Kinetic equations modelling wealth redistribution: A comparison of approaches

Kinetic equations modelling the redistribution of wealth in simple market economies is one of the major topics in the field of econophysics. We present a unifying approach to the qualitative study for a large variety of such models, which is based on a moment analysis in the related homogeneous Boltzmann equation, and on the use of suitable metrics for probability measures. In consequence, we are able to classify the most important feature of the steady wealth distribution, namely the fatness of the Pareto tail, and the dynamical stability of the latter in terms of the model parameters. Our results apply, e.g., to the market model with risky investments [S. Cordier, L. Pareschi, and G. Toscani, J. Stat.

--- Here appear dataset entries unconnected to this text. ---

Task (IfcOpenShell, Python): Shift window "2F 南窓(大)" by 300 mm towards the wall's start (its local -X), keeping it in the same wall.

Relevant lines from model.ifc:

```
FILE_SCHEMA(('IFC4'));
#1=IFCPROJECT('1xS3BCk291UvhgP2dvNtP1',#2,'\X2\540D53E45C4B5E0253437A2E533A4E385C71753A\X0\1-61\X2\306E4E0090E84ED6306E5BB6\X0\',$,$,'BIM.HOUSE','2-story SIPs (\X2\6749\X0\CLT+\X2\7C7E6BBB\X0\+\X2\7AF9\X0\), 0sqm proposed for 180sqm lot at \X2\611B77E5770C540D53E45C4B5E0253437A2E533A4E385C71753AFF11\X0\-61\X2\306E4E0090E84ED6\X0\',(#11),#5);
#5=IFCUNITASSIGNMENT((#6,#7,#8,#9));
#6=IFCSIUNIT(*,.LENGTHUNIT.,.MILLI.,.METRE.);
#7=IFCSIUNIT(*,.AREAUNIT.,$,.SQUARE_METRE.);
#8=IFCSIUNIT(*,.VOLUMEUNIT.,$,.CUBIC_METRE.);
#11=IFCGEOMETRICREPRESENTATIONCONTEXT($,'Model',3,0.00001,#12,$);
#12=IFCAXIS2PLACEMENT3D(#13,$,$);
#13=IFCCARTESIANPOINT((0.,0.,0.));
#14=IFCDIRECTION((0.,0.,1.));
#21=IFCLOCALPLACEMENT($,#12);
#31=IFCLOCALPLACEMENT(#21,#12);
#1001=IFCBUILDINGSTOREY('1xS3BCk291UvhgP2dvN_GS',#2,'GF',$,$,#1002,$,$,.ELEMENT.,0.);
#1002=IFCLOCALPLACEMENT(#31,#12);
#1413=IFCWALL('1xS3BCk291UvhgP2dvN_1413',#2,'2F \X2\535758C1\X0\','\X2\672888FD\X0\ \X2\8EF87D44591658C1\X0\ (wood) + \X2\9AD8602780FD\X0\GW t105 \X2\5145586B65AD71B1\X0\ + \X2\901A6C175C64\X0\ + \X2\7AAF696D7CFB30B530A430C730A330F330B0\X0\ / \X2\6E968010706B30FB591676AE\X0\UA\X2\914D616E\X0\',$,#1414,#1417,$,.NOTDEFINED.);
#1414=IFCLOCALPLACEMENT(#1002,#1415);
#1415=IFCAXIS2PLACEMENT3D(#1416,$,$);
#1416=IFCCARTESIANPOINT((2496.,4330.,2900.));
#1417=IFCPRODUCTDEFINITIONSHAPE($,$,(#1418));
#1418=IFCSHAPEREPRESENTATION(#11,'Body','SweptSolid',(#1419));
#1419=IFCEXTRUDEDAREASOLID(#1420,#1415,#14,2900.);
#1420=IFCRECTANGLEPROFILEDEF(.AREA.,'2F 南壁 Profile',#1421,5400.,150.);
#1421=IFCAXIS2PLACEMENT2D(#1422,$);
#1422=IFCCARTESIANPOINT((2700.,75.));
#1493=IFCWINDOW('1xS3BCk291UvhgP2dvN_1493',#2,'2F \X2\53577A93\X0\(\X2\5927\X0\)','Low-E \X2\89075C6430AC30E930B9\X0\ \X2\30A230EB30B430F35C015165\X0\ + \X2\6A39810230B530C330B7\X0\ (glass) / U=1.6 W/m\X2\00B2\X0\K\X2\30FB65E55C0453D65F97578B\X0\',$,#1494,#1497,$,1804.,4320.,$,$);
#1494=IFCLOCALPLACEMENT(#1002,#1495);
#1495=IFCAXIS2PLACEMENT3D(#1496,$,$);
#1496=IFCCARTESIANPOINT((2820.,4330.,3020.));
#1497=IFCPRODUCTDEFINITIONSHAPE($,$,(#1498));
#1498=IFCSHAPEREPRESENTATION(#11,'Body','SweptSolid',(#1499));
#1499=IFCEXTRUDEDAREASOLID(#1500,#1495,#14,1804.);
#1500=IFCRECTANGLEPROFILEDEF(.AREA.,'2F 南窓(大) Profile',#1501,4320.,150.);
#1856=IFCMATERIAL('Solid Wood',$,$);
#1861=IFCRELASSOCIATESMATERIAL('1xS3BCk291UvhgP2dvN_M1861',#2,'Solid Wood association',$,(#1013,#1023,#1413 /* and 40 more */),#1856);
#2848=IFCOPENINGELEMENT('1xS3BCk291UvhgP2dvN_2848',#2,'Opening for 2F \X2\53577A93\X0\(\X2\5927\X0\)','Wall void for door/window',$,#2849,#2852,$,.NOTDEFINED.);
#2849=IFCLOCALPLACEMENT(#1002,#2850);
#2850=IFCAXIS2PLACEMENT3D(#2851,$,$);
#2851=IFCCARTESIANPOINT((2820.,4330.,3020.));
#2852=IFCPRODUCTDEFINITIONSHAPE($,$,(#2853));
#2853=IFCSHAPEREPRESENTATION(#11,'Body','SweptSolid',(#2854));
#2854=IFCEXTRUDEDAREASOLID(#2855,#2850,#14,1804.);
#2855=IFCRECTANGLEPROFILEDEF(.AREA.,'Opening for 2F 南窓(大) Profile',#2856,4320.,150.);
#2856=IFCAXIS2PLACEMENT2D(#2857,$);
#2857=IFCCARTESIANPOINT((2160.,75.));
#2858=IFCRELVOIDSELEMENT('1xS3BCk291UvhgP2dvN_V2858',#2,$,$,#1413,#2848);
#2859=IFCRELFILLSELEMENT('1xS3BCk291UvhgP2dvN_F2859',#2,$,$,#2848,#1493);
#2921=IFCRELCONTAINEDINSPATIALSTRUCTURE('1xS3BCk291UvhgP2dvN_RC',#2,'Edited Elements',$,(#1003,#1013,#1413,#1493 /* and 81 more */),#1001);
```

```python
import ifcopenshell
import ifcopenshell.api.geometry
import ifcopenshell.util.placement
import ifcopenshell.util.unit

model = ifcopenshell.open("model.ifc")
unit_scale = ifcopenshell.util.unit.calculate_unit_scale(model)

window = model.by_guid("1xS3BCk291UvhgP2dvN_1493")
opening = window.FillsVoids[0].RelatingOpeningElement
wall = opening.VoidsElements[0].RelatingBuildingElement

wall_matrix = ifcopenshell.util.placement.get_local_placement(wall.ObjectPlacement)
shift = wall_matrix[:3, 0] * -0.3 / unit_scale
before = ifcopenshell.util.placement.get_local_placement(window.ObjectPlacement)[:3, 3].copy()

# The window is not placed relative to its opening, so move both.
for product in (opening, window):
    matrix = ifcopenshell.util.placement.get_local_placement(product.ObjectPlacement)
    matrix[:3, 3] += shift
    ifcopenshell.api.geometry.edit_object_placement(model, product=product, matrix=matrix, is_si=False)

after = ifcopenshell.util.placement.get_local_placement(window.ObjectPlacement)[:3, 3]
print("window moved by", (after - before).round(3) + 0.0)

model.write("model_v2.ifc")
```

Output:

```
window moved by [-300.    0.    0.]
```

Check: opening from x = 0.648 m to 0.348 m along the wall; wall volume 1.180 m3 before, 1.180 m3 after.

Phys. 120, 253 (2005)], and to the model with quenched saving propensities [A. Chatterjee, B. K. Chakrabarti, and S. S. Manna, Physica A 335, 155 (2004)]. Also, we present results from numerical experiments that confirm the theoretical predictions.

Figure 1

Regimes for the formation of Pareto tails.

Figure 2

CPT model: Decay of the Wasserstein distance to the steady state in zones II (left-hand side) and III (right-hand side).

Figure 3

CCM model: Decay of the averaged Wasserstein distance to the steady states for $\epsilon \equiv 1∕2$ and for $\epsilon ∊(0.4,0.6)$ uniformly distributed.

Figure 4

CCM model: Decay of the Wasserstein distance to the averaged steady state for $\epsilon \equiv 1∕2$ (left-hand side) and for $\epsilon ∊(0.4,0.6)$ uniformly distributed (right-hand side).

Figure 5

“Winner takes all” model: Evolution of the fraction of agents with zero wealth (left-hand side) and blow up (right-hand side).